My friend left the park quick and was not sure about them. I know it is because of the appearance...which I know a lot of people cannot see past that, but I am really trying because for some reason these people are heavy on my heart.
My question now is what I do from here. For some reason this little girl is on my mind ALL the time. I could not sleep last night because I was thinking about why they do not talk, could something be wrong with this father, was the mother trying to tell me something by saying she was cold but did not want to go home...I just cannot push them from my mind. That is not like me, I am not someone who latches to other people, but these people are just heavy on my mind and heart right now.
I don't really want to get mixed up on one hand because this father really just gives me a bad feeling and I have not liked being around him. But on the other hand that intensifies my worry for these little girls and makes me wonder if this woman needs some help. I know people like my friend would never give them a second glance because they are clearly very poor and do not take care of themselves...but I saw loving qualities and exchanges between the mom and the daughters and just feel somehow they need help.
My husband is telling me to mind my own business and my friend has said they are hard to look at pretty much and told me to be careful...but for some reason they are on my heart. How do I approach this? Am i just emotional becuase the little girl reminds me of myself at that age? Or could there really be something there?
She is inviting me to her house, but i don't feel safe going there because her husband gives me such a bad feeling...so I figured the polite way out is to suggest I can pick them up and they can come here and hang out for the evening sometime.
Any advice on how to handle a situation like this? Do I need to back off and just mind my own business, assuming I am sensitive due to my own childhood problems?
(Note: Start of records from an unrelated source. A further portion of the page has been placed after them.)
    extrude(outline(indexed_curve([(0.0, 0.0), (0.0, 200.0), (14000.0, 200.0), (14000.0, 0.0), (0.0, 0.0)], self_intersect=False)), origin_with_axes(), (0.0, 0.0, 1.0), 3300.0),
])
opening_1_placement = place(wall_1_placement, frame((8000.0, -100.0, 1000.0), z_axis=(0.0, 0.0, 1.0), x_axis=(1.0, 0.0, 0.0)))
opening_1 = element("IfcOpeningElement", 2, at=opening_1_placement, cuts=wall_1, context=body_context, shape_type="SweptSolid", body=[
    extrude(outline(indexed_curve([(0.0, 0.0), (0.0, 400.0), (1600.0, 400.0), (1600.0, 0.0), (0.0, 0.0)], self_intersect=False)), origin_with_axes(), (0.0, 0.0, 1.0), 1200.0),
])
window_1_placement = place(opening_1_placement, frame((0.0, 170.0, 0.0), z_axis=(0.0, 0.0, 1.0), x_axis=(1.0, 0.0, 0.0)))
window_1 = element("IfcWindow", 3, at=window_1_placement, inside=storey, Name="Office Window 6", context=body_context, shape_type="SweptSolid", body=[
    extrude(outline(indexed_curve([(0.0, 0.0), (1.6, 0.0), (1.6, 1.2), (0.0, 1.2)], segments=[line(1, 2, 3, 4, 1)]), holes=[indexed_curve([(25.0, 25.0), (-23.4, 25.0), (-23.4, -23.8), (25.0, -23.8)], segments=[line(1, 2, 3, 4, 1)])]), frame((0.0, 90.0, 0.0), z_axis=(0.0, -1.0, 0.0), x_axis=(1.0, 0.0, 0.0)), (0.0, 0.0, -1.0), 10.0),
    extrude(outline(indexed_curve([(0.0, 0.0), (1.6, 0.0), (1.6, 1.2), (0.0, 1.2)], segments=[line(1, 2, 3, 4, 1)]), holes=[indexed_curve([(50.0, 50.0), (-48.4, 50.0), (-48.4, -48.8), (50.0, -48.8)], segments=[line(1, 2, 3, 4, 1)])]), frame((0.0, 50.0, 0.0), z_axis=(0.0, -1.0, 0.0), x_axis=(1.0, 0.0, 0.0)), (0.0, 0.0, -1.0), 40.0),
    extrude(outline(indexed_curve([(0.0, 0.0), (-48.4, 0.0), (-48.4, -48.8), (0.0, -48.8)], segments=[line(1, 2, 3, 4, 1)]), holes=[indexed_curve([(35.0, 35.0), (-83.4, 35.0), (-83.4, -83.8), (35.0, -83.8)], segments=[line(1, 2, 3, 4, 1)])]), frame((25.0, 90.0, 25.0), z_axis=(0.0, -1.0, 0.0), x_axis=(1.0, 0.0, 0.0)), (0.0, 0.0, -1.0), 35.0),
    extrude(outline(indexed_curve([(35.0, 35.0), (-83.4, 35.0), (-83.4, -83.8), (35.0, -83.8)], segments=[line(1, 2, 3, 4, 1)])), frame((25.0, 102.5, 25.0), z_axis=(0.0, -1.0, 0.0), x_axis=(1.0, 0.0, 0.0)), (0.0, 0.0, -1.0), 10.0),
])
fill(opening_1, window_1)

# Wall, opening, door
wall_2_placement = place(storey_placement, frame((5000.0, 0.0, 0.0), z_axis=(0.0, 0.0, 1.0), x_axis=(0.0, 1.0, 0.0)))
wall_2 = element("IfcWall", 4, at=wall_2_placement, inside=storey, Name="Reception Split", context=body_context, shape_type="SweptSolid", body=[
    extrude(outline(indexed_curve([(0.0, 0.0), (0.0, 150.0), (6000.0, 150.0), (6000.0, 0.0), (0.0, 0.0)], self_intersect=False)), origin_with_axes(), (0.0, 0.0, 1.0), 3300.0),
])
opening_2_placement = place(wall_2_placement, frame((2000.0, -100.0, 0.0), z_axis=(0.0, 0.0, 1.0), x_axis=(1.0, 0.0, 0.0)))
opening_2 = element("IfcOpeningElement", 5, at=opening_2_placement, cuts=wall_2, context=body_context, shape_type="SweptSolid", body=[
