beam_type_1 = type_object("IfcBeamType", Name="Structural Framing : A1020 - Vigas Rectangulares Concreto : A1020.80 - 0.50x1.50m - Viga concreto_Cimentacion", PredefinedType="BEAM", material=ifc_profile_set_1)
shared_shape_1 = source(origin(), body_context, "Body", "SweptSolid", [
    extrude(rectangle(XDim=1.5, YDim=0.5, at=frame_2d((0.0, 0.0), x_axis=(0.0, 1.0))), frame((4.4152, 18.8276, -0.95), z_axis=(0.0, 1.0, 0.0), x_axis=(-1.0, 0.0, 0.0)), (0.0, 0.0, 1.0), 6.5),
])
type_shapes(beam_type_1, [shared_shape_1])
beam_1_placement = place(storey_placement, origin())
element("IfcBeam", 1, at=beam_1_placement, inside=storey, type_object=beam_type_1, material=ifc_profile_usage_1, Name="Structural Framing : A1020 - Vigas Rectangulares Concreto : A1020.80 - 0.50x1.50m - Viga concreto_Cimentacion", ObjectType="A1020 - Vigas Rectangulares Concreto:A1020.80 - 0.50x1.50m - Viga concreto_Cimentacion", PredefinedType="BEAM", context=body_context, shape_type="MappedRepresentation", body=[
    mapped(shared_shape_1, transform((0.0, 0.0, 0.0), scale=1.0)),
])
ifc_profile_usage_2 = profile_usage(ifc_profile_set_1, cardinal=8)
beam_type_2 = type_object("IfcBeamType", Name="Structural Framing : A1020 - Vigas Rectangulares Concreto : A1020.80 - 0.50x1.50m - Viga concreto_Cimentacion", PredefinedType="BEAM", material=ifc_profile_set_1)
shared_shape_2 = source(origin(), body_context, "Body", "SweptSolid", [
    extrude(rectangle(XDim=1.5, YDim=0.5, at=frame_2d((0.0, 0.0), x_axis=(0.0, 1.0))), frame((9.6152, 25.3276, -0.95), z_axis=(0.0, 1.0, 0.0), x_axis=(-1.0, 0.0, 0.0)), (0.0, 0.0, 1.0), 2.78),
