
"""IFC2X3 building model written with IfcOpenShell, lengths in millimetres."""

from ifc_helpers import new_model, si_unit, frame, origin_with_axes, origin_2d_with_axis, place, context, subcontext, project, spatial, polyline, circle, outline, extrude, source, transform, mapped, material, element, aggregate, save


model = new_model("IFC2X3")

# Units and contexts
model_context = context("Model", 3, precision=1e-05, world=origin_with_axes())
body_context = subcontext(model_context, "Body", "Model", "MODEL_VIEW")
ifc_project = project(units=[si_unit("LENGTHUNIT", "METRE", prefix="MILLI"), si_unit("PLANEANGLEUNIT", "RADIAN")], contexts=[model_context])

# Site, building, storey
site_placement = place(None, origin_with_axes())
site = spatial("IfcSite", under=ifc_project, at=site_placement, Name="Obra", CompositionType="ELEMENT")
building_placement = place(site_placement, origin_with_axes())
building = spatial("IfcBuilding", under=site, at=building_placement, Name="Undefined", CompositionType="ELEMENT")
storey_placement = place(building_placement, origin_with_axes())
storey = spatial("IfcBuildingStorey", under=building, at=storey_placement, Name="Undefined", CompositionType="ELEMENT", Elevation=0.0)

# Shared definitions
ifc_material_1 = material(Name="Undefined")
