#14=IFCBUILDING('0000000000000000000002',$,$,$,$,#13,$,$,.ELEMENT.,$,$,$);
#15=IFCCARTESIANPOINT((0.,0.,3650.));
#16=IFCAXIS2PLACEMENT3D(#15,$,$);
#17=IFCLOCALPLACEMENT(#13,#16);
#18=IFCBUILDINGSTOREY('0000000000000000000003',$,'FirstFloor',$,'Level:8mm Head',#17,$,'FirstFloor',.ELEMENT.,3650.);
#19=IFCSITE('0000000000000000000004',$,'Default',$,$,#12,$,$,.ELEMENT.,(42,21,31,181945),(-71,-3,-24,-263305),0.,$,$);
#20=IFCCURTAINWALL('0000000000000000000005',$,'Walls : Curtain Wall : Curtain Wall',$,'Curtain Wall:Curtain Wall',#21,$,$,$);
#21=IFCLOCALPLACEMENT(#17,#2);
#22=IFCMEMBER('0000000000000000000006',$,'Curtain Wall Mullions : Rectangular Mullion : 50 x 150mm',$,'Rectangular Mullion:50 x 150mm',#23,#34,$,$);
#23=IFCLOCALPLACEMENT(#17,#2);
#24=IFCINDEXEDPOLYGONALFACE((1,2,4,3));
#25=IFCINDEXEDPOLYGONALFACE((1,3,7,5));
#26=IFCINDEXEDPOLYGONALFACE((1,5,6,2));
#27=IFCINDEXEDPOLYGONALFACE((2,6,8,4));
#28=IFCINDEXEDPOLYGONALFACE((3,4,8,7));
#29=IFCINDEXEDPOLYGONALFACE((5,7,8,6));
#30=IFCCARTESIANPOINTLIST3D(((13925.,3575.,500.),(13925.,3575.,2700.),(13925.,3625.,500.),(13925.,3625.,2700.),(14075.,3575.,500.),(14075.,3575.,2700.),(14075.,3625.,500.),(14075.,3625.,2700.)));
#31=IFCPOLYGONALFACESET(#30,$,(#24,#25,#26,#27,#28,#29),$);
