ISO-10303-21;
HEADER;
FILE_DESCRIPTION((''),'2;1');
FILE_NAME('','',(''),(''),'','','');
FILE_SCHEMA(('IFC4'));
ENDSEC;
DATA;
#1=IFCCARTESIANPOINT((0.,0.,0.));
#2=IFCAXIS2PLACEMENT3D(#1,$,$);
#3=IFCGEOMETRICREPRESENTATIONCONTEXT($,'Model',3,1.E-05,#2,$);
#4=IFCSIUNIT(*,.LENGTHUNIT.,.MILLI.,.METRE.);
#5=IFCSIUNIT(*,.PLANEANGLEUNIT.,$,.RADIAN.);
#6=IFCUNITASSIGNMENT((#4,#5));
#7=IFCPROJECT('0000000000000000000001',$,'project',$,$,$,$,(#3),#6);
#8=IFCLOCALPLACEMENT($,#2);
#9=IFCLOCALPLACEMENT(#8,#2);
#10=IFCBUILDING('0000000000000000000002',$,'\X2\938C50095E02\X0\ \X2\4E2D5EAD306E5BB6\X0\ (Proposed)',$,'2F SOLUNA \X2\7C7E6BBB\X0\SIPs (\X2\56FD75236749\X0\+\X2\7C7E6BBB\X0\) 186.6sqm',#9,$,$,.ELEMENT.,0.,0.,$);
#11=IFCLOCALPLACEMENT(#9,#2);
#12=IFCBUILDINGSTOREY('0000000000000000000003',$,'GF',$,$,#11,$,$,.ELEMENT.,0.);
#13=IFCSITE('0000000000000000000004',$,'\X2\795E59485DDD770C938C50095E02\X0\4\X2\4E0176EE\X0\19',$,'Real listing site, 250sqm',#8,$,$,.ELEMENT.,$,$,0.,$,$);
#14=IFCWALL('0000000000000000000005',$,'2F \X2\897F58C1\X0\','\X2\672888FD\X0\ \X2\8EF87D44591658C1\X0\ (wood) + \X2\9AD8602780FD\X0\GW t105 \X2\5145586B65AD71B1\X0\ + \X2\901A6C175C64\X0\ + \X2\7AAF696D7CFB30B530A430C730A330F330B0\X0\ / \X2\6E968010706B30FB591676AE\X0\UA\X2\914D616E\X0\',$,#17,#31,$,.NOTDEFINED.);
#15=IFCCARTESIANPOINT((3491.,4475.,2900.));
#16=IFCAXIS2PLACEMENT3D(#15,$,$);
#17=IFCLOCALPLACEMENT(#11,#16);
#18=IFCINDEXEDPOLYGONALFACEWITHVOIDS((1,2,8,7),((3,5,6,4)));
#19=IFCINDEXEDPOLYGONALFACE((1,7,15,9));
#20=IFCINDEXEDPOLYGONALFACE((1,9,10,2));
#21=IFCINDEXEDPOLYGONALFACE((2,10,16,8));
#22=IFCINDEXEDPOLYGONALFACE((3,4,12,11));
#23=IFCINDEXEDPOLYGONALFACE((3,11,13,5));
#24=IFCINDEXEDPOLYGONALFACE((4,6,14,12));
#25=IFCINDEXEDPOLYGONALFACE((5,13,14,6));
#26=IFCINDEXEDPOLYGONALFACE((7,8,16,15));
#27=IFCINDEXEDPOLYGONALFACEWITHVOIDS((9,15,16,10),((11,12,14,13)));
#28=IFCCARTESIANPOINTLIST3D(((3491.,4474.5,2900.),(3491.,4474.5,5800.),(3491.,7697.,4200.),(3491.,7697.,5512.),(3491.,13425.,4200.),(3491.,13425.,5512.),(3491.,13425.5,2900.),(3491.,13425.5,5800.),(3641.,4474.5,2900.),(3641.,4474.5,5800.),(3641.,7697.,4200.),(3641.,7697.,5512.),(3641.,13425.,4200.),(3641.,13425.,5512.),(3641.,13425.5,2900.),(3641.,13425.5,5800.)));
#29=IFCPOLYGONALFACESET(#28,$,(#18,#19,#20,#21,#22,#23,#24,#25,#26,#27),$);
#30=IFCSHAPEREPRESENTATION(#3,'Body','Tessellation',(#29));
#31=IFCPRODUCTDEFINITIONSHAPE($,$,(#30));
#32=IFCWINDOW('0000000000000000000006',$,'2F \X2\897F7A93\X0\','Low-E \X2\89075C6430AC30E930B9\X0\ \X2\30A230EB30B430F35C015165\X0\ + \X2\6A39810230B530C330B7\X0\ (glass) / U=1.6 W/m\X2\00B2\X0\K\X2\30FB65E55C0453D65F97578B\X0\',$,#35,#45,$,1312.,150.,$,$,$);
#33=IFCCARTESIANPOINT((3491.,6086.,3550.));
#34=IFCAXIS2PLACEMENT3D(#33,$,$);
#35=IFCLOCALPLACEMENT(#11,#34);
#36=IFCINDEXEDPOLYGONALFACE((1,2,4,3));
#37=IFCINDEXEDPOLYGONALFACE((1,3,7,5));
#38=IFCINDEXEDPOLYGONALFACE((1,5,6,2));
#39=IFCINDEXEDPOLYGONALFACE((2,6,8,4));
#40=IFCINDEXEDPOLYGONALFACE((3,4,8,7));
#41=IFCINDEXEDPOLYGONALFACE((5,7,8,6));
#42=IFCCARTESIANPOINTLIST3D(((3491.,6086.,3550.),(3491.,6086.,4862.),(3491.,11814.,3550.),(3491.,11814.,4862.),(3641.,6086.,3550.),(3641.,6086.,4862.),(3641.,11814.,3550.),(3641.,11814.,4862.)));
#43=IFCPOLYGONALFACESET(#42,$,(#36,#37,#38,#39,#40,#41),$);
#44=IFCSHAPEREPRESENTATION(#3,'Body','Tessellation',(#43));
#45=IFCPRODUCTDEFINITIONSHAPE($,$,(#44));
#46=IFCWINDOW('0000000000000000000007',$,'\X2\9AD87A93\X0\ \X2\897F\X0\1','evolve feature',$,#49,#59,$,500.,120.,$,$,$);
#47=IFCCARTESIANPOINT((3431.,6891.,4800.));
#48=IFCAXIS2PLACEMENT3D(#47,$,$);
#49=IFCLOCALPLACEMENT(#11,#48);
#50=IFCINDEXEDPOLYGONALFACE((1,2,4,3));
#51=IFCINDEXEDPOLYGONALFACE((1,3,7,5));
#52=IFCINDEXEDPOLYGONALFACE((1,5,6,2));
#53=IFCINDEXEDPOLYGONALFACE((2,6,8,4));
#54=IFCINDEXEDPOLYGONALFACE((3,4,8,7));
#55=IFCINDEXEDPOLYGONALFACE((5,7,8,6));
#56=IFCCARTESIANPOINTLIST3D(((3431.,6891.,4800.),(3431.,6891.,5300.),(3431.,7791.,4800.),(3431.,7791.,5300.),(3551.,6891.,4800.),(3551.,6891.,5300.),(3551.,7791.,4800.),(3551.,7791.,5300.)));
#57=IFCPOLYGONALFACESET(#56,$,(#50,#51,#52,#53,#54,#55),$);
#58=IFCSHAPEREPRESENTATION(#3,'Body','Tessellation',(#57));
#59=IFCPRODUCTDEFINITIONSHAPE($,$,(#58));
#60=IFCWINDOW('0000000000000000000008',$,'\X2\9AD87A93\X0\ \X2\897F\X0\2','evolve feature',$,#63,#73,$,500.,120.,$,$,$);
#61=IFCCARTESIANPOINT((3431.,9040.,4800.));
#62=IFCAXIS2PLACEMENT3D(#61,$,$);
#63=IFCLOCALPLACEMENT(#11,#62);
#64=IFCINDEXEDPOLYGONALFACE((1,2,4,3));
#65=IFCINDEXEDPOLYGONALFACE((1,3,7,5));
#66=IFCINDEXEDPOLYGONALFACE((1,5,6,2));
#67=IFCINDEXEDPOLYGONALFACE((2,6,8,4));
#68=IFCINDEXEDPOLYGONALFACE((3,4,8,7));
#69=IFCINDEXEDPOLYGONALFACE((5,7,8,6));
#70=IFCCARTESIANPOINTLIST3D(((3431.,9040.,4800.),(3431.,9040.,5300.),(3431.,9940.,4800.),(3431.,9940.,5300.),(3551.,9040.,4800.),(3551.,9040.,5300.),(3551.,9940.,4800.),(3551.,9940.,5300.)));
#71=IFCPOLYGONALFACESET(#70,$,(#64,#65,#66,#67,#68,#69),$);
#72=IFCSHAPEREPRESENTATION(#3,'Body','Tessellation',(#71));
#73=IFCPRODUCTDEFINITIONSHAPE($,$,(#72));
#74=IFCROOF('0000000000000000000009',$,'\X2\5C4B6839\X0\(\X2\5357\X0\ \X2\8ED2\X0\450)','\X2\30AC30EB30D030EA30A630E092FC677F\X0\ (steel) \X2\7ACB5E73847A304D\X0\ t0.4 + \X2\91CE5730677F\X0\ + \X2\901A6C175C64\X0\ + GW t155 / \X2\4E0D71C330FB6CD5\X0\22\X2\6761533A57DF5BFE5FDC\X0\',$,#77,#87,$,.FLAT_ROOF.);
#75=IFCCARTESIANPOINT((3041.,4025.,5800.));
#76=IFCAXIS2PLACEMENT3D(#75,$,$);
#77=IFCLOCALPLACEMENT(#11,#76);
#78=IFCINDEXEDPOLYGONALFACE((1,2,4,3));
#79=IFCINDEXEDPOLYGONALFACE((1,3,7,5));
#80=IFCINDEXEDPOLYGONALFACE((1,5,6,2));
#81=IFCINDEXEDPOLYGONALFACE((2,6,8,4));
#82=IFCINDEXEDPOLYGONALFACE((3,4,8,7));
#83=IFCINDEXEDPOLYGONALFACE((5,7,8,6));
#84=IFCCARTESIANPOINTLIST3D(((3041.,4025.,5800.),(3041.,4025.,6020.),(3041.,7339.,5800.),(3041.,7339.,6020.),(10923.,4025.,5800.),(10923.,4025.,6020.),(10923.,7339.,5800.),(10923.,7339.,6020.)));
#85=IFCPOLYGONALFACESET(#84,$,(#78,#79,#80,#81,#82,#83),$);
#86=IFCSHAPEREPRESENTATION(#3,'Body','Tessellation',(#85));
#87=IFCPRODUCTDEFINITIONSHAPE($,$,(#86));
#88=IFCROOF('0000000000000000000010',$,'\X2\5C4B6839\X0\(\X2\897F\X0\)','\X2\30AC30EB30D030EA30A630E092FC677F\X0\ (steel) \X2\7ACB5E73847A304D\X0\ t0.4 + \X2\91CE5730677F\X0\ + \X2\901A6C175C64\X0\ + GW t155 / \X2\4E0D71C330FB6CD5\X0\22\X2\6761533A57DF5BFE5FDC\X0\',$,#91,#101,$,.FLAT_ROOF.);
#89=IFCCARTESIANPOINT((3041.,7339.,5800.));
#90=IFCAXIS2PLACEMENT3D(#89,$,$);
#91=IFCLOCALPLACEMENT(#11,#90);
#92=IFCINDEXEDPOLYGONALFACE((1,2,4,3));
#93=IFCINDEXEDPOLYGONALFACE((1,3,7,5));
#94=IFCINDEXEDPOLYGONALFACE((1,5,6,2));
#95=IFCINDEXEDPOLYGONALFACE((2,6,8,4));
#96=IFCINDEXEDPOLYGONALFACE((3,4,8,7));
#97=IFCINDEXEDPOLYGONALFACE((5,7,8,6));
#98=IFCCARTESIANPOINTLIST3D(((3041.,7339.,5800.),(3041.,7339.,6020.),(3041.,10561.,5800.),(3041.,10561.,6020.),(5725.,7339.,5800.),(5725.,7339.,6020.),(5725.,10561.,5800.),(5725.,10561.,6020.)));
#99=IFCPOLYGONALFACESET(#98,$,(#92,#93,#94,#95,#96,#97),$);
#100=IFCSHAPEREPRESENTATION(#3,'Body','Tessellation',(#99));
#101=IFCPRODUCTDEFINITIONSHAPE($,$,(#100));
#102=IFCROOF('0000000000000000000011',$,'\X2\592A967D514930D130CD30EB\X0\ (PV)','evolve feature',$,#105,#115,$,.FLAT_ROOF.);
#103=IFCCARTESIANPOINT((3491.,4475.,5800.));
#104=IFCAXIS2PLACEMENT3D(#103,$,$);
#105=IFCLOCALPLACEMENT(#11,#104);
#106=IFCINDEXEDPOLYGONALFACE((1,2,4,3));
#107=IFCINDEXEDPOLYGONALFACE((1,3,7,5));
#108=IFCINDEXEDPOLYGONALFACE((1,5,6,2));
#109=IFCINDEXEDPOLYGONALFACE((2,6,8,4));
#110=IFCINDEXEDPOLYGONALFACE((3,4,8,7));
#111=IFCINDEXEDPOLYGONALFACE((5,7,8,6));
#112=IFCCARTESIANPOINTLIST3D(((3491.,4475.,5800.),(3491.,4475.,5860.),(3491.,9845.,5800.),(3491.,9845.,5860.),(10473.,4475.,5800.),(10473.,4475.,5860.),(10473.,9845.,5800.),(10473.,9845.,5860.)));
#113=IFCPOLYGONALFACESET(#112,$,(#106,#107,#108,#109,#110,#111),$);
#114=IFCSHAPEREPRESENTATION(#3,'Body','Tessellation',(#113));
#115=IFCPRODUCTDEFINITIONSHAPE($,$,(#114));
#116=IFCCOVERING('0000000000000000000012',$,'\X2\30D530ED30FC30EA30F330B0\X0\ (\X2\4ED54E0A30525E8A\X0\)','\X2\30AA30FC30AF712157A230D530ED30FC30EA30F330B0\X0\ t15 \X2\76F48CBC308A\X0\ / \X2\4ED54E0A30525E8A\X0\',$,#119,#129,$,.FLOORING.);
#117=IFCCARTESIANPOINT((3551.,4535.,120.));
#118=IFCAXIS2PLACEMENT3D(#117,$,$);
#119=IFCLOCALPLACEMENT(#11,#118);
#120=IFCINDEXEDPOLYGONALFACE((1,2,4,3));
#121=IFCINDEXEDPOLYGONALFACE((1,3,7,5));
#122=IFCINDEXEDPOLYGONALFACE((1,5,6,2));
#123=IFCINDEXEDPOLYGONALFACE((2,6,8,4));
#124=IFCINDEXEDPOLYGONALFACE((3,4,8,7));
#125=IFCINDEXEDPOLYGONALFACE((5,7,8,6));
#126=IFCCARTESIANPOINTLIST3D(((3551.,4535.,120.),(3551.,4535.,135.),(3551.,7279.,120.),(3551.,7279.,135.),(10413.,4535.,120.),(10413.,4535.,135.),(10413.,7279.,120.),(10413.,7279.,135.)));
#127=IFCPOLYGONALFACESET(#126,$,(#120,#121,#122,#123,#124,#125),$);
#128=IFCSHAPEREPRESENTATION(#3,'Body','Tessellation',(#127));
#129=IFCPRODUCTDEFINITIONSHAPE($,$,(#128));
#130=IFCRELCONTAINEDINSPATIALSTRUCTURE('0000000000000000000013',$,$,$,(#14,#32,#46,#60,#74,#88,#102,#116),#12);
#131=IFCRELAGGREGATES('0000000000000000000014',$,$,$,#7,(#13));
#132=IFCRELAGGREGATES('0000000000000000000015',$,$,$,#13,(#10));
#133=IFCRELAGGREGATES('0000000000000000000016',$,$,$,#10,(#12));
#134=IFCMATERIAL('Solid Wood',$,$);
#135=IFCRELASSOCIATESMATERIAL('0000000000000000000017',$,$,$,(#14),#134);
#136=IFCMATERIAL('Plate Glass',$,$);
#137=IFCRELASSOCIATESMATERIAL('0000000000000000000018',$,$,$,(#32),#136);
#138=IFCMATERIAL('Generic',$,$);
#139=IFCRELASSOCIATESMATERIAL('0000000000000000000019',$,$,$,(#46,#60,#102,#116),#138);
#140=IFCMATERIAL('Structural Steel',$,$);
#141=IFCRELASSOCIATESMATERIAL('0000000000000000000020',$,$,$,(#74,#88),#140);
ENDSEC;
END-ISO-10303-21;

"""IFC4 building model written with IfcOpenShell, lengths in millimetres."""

from ifc_helpers import new_model, si_unit, frame, frame_2d, origin, place, context, project, spatial, rectangle, extrude, material, element, fill, save


model = new_model("IFC4")

# Units and contexts
model_context = context("Model", 3, precision=1e-05, world=origin())
ifc_project = project(units=[si_unit("LENGTHUNIT", "METRE", prefix="MILLI"), si_unit("PLANEANGLEUNIT", "RADIAN")], contexts=[model_context])

# Site, building, storey
site_placement = place(None, origin())
site = spatial("IfcSite", under=ifc_project, at=site_placement, Name="神奈川県鎌倉市4丁目19", ObjectType="Real listing site, 250sqm", CompositionType="ELEMENT", RefElevation=0.0)
building_placement = place(site_placement, origin())
building = spatial("IfcBuilding", under=site, at=building_placement, Name="鎌倉市 中庭の家 (Proposed)", ObjectType="2F SOLUNA 籾殻SIPs (国産杉+籾殻) 186.6sqm", CompositionType="ELEMENT", ElevationOfRefHeight=0.0, ElevationOfTerrain=0.0)
storey_placement = place(building_placement, origin())
storey = spatial("IfcBuildingStorey", under=building, at=storey_placement, Name="GF", CompositionType="ELEMENT", Elevation=0.0)

# Shared definitions
ifc_material_1 = material(Name="Solid Wood")
ifc_material_2 = material(Name="Generic")

# Shared definitions
ifc_material_3 = material(Name="Plate Glass")

# Wall, openings, windows
wall_1_placement = place(storey_placement, frame((3491.0, 4475.0, 2900.0)))
wall_1 = element("IfcWall", 1, at=wall_1_placement, inside=storey, material=ifc_material_1, Name="2F 西壁", Description="木製 軸組外壁 (wood) + 高性能GW t105 充填断熱 + 通気層 + 窯業系サイディング / 準耐火・外皮UA配慮", PredefinedType="NOTDEFINED", context=model_context, shape_type="SweptSolid", body=[
    extrude(rectangle(XDim=150.0, YDim=8951.0, at=frame_2d((75.0, 4475.0))), frame((3491.0, 4475.0, 2900.0)), (0.0, 0.0, 1.0), 2900.0),
])
opening_1_placement = place(storey_placement, frame((3491.0, 6086.0, 3550.0)))
opening_1 = element("IfcOpeningElement", 2, at=opening_1_placement, cuts=wall_1, PredefinedType="NOTDEFINED", context=model_context, shape_type="SweptSolid", body=[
Or how do I move forward getting to know them while keeping safe form this man i do not trust or have a good feeling about? HELP! i have never had anything like this before, but these people are so heavy on my heart for some reason. I could not even sleep last night as I was worrying about them...and I don't even know why I am worrying! I just have this strong sense that I should not turn away from them even if they are "undesirable" by most people's standards. What would you guys do?